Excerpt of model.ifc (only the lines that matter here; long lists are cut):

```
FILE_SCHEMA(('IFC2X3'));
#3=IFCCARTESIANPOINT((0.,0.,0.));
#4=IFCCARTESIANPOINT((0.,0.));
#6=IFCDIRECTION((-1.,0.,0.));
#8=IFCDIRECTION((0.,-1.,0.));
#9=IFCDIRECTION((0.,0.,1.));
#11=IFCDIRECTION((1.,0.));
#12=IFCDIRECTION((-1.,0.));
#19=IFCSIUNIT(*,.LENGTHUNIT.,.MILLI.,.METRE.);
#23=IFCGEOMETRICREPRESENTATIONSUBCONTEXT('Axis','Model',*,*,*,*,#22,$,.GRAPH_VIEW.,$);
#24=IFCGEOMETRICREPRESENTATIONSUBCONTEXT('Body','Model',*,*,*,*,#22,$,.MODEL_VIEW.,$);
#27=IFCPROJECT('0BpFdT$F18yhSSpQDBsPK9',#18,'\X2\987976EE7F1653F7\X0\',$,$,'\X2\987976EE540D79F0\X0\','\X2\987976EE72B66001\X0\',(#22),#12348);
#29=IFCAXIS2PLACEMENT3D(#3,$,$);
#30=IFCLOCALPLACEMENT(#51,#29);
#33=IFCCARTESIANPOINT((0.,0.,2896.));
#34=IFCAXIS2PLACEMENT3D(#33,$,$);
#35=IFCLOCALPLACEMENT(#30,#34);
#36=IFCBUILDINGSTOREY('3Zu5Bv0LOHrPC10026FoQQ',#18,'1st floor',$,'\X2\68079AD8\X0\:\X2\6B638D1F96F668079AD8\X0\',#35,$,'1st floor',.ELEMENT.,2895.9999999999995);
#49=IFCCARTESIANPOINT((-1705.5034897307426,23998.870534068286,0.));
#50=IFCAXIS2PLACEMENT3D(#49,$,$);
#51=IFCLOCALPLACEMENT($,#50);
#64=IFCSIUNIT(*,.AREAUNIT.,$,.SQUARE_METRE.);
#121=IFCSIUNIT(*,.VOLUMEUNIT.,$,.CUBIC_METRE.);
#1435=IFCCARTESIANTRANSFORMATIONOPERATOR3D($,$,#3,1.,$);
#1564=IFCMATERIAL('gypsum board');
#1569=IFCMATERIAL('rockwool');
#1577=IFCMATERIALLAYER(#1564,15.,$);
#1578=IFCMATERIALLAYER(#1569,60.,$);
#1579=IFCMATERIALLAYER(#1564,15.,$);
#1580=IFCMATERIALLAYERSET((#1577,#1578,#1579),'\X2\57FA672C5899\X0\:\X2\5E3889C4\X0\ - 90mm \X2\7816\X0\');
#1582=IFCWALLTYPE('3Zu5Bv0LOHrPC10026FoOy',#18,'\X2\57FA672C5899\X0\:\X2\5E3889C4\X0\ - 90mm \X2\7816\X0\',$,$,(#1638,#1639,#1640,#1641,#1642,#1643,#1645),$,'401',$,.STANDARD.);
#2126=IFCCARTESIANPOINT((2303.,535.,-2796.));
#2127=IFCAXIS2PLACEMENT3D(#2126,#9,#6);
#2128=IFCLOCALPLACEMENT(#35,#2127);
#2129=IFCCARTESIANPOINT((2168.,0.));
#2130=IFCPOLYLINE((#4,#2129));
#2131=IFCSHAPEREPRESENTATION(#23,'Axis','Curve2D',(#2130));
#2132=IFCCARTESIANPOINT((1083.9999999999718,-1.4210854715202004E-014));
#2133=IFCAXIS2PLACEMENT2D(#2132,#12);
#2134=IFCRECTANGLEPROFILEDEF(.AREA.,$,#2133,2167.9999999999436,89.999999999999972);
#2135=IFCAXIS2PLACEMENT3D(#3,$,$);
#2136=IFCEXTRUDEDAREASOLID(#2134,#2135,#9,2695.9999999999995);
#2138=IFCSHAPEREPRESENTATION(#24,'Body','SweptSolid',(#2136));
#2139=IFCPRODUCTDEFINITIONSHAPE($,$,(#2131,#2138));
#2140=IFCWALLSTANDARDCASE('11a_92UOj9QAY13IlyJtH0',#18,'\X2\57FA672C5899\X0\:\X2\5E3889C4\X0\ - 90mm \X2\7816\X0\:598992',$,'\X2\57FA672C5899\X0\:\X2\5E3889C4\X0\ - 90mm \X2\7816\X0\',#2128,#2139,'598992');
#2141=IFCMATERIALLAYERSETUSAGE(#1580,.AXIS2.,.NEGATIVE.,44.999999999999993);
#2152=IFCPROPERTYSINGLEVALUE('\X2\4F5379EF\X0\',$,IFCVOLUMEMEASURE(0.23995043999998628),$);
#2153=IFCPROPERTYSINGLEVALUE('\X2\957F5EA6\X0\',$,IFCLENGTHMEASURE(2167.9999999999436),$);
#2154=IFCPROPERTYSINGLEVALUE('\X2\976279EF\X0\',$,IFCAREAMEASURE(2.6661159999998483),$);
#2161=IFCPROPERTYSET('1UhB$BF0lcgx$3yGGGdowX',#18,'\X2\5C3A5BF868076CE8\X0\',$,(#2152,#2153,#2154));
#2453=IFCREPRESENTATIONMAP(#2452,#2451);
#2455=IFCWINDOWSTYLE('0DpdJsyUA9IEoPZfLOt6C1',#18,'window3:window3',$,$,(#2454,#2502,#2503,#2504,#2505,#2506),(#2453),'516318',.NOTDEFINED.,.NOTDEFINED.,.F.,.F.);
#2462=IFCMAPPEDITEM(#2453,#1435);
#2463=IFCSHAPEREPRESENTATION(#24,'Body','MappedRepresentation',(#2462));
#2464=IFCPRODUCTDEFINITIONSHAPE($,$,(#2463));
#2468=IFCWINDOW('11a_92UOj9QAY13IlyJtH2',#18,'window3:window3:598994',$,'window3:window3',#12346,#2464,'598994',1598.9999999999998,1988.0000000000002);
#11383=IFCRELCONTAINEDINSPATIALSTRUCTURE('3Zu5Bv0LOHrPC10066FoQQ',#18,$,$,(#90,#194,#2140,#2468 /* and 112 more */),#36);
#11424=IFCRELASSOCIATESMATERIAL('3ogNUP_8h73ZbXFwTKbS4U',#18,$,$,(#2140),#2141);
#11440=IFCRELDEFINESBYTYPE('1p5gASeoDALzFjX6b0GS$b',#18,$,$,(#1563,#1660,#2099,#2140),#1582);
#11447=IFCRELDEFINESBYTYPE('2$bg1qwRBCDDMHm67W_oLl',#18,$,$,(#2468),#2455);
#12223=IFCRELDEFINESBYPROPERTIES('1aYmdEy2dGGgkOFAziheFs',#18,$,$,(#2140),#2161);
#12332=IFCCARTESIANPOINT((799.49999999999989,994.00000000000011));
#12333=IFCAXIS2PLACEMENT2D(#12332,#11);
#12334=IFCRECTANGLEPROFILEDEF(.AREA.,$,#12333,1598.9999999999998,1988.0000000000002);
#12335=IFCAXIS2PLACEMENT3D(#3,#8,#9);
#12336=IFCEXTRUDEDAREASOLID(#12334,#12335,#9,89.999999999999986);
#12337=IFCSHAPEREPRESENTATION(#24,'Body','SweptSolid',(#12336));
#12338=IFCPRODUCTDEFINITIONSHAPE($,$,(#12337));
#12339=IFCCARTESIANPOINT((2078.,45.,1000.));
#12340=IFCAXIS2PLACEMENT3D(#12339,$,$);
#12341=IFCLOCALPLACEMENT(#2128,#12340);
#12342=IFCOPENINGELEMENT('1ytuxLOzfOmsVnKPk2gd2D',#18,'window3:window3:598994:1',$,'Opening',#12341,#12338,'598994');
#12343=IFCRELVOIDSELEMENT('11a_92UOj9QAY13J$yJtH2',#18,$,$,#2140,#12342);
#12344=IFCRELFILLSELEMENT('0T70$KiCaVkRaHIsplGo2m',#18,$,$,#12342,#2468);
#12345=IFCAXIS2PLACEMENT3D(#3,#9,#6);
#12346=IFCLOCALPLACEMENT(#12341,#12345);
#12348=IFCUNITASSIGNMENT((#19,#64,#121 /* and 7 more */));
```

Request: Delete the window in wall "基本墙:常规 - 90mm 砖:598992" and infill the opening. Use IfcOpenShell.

```python
import ifcopenshell
import ifcopenshell.api.feature
import ifcopenshell.api.pset
import ifcopenshell.api.root
import ifcopenshell.geom
import ifcopenshell.util.element
import ifcopenshell.util.shape
import ifcopenshell.util.unit

model = ifcopenshell.open("model.ifc")
area_scale = ifcopenshell.util.unit.calculate_unit_scale(model, "AREAUNIT")
volume_scale = ifcopenshell.util.unit.calculate_unit_scale(model, "VOLUMEUNIT")
settings = ifcopenshell.geom.settings()


def volume(element):
    """Net volume in cubic metres, openings subtracted."""
    shape = ifcopenshell.geom.create_shape(settings, element)
    return ifcopenshell.util.shape.get_volume(shape.geometry)


window = model.by_guid("11a_92UOj9QAY13IlyJtH2")
opening = window.FillsVoids[0].RelatingOpeningElement
wall = opening.VoidsElements[0].RelatingBuildingElement
before = volume(wall)

ifcopenshell.api.root.remove_product(model, product=window)
ifcopenshell.api.feature.remove_feature(model, feature=opening)

after = volume(wall)
thickness = 0.09  # wall thickness in metres

# Update the wall's stored quantities.
pset = model.by_id(ifcopenshell.util.element.get_pset(wall, "尺寸标注", should_inherit=False)["id"])
ifcopenshell.api.pset.edit_pset(model, pset=pset, properties={
    "体积": model.create_entity("IfcVolumeMeasure", after / volume_scale),
    "面积": model.create_entity("IfcAreaMeasure", after / thickness / area_scale),
})

print(f"wall volume {before:.3f} -> {after:.3f} m3")

model.write("model_edited.ifc")
```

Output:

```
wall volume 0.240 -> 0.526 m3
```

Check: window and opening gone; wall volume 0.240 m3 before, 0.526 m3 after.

- - - -

- TASK DETAILS: Copy each line in the listing where "IFCRECTANGLEPROFILEDEF" appears.

- SOLUTION:
#2134=IFCRECTANGLEPROFILEDEF(.AREA.,$,#2133,2167.9999999999436,89.999999999999972);
#12334=IFCRECTANGLEPROFILEDEF(.AREA.,$,#12333,1598.9999999999998,1988.0000000000002);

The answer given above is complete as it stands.